Realistically, the Nikon just doesn't resolve that amazingly at higher frequencies - we can see this in the gold standard of optical tests, bench MTF and for some of us, it's quickly apparent in real life tests too. That aspect may mean a lot, or little, to different photographers, even though is has good bokeh. Thus, it's not going to be a universally perfect tool for every photographer. Choices are good, dogmatic opinions that only one lens could be good, really aren't.

Off my usual soapbox...

-m

"Realistically, the Nikon just doesn't resolve that amazingly at higher frequencies"
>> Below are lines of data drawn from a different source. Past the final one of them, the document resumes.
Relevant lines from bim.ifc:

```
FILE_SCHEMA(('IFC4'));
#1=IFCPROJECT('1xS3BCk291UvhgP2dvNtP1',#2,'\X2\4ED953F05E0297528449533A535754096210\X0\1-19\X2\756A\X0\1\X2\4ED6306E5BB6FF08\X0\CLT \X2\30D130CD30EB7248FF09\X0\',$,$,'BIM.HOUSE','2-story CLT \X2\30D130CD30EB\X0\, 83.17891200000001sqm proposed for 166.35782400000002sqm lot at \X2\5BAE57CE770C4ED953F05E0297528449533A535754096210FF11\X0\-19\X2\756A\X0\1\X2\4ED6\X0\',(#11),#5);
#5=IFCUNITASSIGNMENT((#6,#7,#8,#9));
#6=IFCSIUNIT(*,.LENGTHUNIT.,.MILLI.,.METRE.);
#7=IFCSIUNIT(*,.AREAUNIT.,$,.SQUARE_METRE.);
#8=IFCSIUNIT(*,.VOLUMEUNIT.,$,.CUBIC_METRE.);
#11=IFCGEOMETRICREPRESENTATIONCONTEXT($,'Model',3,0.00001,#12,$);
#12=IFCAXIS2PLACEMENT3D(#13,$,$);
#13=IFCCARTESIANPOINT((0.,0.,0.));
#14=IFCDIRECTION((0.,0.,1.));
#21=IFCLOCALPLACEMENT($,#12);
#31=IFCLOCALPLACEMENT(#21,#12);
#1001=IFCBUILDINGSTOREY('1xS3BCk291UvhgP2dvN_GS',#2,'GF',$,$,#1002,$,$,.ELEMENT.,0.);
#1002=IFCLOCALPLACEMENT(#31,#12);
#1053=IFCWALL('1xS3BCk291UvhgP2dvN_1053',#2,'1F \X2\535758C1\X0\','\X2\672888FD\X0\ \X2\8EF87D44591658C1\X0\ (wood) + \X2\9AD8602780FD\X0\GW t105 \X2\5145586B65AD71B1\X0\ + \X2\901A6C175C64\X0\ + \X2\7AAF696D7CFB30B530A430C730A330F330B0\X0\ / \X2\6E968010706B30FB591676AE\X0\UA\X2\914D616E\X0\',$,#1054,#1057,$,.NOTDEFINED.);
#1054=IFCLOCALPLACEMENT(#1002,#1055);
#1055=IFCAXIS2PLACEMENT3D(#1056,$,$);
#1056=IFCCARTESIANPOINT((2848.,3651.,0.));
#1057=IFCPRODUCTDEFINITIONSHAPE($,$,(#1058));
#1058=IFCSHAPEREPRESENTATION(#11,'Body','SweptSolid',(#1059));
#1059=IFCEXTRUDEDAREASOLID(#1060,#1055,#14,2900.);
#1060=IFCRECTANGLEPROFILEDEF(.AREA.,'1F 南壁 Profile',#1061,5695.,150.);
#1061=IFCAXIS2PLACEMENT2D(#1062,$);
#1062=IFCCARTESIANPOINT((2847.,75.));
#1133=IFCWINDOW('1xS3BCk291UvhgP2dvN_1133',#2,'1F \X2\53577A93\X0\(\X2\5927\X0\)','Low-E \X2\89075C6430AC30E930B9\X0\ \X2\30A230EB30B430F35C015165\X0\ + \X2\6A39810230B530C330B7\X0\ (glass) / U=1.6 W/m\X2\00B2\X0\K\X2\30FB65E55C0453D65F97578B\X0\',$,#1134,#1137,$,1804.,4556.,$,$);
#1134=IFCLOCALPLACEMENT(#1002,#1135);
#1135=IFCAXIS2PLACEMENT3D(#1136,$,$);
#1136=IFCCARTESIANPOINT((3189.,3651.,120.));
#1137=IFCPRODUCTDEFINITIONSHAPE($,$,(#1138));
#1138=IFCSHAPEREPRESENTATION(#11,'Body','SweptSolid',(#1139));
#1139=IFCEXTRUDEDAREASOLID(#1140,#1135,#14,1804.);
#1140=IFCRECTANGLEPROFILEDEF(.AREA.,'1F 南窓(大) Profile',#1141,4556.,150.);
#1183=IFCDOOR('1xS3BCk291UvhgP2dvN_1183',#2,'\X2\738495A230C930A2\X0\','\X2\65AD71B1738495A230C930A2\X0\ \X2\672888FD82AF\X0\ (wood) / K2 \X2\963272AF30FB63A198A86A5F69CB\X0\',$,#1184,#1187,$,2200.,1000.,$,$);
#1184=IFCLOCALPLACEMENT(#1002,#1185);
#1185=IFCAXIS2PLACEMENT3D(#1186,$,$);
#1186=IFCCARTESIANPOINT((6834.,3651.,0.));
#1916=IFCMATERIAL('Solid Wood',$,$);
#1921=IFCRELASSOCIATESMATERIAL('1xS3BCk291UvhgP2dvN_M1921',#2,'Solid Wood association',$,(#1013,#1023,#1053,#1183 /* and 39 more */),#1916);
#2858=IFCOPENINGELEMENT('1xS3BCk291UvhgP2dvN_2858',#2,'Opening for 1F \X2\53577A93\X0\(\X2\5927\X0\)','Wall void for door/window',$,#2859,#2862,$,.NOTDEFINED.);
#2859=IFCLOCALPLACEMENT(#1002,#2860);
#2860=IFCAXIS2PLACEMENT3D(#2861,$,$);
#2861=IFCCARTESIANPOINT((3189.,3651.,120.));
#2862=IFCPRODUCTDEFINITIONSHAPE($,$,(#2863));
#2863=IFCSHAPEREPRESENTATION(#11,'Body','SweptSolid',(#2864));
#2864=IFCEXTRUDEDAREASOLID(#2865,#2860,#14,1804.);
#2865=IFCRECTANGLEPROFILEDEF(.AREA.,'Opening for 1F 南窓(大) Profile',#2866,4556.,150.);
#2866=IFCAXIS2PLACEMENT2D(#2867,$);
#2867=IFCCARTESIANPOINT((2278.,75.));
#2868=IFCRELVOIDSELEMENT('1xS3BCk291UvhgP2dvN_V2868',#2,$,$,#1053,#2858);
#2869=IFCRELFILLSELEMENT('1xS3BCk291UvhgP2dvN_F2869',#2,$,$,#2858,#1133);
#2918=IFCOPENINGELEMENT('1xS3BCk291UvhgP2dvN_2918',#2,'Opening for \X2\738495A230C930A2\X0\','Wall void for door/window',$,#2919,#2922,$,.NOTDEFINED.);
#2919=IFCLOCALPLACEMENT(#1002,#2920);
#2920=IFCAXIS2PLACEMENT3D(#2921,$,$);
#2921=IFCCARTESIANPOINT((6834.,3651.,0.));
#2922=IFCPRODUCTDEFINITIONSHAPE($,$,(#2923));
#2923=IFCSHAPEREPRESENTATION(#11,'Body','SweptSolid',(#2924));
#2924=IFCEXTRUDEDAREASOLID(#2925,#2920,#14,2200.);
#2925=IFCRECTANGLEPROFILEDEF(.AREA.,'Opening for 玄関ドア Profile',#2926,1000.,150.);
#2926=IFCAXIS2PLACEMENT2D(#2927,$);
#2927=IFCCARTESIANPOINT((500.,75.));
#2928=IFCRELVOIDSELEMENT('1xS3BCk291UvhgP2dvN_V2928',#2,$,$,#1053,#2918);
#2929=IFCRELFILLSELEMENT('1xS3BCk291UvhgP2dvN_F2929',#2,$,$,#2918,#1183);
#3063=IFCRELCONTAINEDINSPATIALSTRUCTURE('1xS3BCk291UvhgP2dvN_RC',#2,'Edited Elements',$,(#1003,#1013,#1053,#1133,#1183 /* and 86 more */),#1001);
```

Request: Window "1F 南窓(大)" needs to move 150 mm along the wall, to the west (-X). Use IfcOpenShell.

```python
import ifcopenshell
import ifcopenshell.api.geometry
import ifcopenshell.util.placement

model = ifcopenshell.open("bim.ifc")

window = model.by_id(1133)
opening = window.FillsVoids[0].RelatingOpeningElement
wall = opening.VoidsElements[0].RelatingBuildingElement

wall_matrix = ifcopenshell.util.placement.get_local_placement(wall.ObjectPlacement)
shift = wall_matrix[:3, 0] * -150.0
before = ifcopenshell.util.placement.get_local_placement(window.ObjectPlacement)[:3, 3].copy()

# The window is not placed relative to its opening, so move both.
for product in (opening, window):
    matrix = ifcopenshell.util.placement.get_local_placement(product.ObjectPlacement)
    matrix[:3, 3] += shift
    ifcopenshell.api.geometry.edit_object_placement(model, product=product, matrix=matrix, is_si=False)

after = ifcopenshell.util.placement.get_local_placement(window.ObjectPlacement)[:3, 3]
print("window moved by", (after - before).round(3) + 0.0)

model.write("bim-out.ifc")
```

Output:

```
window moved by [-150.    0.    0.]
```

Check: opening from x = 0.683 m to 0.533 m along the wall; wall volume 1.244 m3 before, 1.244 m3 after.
Can we just move on from finding "the sharpest lens" out there? I do zoom my images up to 100 percent (called "actual pixels" by some) but never beyond that, and I am completely satisfied with the Nikon 35mm f1.4G. Do you MTF test shooting fanboys really zoom in to 200-400 percent to find "sharpness"??

It's like the audiophiles, some who might spend $1800.00 on a pair of interconnects for their equipment, because "the upper mid bass is amazing with these cables".

Geez, I just can't stop throwing up when I hear people like this.

Reminds me of a visit from a leading sound guy, who came visiting some years back, during a short visit back to Sweden.

He's a friend of my son, who also is overseas, and we talked about this and that. In the background, our pretty basic 7.1 system we have was playing a Runrig record, and suddenly he stood up and said up and said 'there is something wrong here'.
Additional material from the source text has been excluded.